Avec une dictature brésilienne comme toile de fond, The Kiss of the Spider Woman, adapté du roman du même nom de l’auteur argentin Manuel Puig, met en scène la relation de deux prisonniers partageant une même cellule.
Molina (William Hurt) est emprisonné à cause de son homosexualité (la raison officielle étant un détournement de mineur). Personnage principal, il occupe la majorité de l’espace dès la première scène : malgré l’environnement gris de la prison, il reproduit autour de lui une atmosphère kitsch s’inspirant de l’Europe des années 30-40, atmosphère où évolue Leni, l’héroïne d’un film d’espionnage servant la propagande nazie. Afin de tromper l’ennui, Molina raconte l’histoire de Leni (Sonia Braga) à Valentin (Raúl Juliá), son compagnon de cellule, l’entrainant ainsi dans son monde.
Dès le début, le film de Babenco fait le parallèle entre l’histoire de Leni et de Molina : les personnages fonctionnent comme un miroir l’un de l’autre. Lorsque Molina raconte l’histoire de Leni, il reproduit ses mouvements, ses attitudes et va parfois même jusqu’à copier ses vêtements.
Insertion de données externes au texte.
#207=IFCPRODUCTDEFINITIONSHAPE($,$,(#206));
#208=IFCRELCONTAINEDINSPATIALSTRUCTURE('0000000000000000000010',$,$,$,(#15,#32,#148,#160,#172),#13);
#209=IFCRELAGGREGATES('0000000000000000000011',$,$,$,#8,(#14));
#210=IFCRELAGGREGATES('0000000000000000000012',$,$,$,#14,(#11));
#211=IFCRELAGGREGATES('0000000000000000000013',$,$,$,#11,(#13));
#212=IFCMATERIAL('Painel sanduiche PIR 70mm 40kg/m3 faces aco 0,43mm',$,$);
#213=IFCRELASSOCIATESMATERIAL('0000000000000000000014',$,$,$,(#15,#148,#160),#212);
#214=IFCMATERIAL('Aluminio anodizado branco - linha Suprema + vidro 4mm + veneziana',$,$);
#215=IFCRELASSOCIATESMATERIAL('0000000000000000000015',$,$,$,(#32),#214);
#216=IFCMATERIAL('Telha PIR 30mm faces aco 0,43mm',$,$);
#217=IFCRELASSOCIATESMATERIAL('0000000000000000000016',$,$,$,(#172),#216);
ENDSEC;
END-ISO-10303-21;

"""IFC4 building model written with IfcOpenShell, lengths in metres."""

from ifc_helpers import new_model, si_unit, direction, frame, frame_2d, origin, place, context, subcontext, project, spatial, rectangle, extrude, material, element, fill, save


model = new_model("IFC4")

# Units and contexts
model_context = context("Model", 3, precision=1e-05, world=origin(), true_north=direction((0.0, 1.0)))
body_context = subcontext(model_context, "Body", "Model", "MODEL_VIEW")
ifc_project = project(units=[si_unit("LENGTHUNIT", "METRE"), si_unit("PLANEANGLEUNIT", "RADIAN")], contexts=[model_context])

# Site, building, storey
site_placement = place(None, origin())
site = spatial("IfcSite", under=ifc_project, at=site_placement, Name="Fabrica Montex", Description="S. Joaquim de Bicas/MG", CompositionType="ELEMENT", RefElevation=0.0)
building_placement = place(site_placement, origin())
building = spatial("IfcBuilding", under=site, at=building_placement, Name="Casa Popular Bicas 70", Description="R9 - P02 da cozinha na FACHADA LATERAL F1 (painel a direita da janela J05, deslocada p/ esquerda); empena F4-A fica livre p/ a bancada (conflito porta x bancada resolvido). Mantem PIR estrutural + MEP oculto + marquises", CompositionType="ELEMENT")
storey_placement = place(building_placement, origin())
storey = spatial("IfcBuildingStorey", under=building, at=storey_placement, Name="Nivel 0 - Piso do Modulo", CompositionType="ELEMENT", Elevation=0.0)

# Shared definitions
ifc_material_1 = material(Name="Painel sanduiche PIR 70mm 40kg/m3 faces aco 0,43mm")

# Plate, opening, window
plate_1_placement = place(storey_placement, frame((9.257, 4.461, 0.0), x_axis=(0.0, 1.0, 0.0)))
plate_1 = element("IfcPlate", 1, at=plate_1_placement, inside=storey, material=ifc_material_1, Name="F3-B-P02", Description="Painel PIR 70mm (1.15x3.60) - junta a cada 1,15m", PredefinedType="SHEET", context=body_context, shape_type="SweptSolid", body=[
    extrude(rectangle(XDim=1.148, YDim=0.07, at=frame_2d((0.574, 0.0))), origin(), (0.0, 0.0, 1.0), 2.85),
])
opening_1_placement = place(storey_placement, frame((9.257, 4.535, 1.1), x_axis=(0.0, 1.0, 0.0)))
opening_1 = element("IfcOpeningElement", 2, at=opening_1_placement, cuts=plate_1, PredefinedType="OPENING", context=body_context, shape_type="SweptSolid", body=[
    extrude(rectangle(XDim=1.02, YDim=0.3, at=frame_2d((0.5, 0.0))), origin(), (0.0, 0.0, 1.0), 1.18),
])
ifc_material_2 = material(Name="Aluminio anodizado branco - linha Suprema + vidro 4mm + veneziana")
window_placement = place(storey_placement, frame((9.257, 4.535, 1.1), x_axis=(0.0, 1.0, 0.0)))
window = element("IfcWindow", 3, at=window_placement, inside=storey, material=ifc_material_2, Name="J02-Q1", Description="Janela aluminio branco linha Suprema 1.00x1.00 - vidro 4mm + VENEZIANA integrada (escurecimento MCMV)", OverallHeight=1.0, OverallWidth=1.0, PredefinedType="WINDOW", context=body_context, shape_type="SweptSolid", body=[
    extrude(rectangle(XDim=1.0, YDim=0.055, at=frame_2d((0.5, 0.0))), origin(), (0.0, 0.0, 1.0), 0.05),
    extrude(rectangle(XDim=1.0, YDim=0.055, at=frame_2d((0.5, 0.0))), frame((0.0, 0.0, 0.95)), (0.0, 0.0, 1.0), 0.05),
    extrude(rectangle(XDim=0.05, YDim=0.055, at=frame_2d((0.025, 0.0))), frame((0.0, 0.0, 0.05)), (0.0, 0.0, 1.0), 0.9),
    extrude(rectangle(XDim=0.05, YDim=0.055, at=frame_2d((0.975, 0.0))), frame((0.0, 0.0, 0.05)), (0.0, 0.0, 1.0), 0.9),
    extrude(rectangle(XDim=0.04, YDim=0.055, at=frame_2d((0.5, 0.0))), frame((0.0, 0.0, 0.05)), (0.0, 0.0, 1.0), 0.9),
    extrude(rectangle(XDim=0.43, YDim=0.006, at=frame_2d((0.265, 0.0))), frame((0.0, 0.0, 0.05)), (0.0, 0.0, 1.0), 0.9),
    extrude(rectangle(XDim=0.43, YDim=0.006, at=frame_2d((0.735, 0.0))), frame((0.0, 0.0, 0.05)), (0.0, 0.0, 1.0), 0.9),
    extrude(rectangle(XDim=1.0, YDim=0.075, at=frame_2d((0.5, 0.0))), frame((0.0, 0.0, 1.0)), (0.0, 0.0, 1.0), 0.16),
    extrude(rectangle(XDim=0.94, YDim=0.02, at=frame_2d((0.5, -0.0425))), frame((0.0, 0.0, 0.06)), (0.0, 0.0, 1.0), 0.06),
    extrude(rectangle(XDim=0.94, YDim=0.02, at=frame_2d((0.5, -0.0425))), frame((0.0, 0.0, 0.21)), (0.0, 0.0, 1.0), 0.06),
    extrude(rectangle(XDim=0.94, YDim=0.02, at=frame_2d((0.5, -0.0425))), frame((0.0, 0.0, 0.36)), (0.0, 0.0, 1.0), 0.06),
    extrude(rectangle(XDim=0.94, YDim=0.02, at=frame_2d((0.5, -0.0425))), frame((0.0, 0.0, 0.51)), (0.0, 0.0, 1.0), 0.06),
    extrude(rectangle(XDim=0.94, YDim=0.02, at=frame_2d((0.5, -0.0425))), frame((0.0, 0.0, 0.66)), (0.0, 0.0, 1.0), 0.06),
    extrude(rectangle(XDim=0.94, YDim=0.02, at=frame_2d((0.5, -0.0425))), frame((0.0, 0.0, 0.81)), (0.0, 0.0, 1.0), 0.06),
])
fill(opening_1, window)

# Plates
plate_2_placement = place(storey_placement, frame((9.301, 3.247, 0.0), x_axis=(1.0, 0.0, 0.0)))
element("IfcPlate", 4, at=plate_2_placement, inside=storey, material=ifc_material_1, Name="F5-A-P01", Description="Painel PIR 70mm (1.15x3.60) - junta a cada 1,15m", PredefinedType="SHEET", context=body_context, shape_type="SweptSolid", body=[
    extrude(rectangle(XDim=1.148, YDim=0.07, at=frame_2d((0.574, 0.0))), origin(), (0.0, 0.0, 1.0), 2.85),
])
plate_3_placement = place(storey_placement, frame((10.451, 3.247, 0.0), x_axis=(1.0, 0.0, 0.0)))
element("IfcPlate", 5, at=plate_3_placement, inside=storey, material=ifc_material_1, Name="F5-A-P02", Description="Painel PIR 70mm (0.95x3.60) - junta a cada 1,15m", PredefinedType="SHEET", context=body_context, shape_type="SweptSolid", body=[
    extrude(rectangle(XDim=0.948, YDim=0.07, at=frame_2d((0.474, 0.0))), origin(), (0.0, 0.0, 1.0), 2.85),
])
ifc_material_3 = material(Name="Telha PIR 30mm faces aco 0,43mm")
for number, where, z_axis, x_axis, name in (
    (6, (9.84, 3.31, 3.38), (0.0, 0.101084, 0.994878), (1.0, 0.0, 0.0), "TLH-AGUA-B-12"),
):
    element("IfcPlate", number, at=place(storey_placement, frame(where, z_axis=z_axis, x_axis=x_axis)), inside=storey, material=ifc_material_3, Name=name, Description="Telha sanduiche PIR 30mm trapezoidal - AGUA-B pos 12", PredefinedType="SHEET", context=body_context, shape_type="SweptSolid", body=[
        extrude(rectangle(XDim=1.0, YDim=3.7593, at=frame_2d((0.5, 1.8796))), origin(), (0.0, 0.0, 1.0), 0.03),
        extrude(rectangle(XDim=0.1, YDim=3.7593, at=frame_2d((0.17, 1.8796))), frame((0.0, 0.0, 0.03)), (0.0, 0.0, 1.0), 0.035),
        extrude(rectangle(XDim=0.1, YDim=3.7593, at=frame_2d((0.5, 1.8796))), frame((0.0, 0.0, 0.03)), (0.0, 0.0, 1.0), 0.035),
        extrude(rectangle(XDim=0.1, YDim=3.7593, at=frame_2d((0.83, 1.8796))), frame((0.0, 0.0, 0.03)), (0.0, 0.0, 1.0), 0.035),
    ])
L’alternance de scènes où il joue le rôle de cette femme et de scènes du film nazi telles que se les représentent les deux prisonniers accentue le lien entre Molina et Leni.
Valentin, quant à lui, est un prisonnier politique : il fait partie d’un groupe révolutionnaire marxiste. Ce personnage semble de premier abord secondaire, mais il participe pleinement aux fictions de Molina. La représentation du film de Leni est le fruit de l’imagination des deux protagonistes : si Molina apporte l’ambiance, le contexte, l’histoire, Valentin prête à Leni les traits de Marta, son ex-fiancée. Au fur et à mesure des discussions, une certaine intimité se construit entre les deux hommes, permettant de voir à travers leurs masques et d’approfondir les personnages. Chacun remet en questions ses préjugés par rapport à l’autre et apprend à en apprécier les qualités humaines.
La question de l’homosexualité et, plus globalement, de la correspondance aux normes de la masculinité sont traitées ici au travers de l’opposition entre Molina et Valentin d’une part, et d’autre part, grâce à l’identification de Molina à Leni. Alors que Molina adopte fréquemment des attitudes très typiquement féminines, Valentin semble au début être l’archétype de l’homme : peu bavard, parfois brusque, très discret sur ses sentiments et ses émotions. Cependant, il s’ouvre peu à peu à Molina, lui parle de son passé et de ses origines, et dévoile par là une certaine sensibilité. Molina, quant à lui, parle de la stigmatisation qu’il subit à cause de son orientation sexuelle. Il faut par ailleurs noter qu’en 1985, ce film est l’un des premiers à aborder la question de l’homosexualité de manière aussi explicite.
Grâce à sa mise en scène et au jeu remarquable de William Hurt interprétant Molina, Hector Babenco parvient à faire oublier au spectateur que la majorité de l’action se déroule dans une cellule de prison. On est séduit par la complexité des personnages et l’ambiance, et c’est ce que l’on retient de ce film.
Hector Babenco. The Kiss of the Spider Woman. Embrafilme. 1985.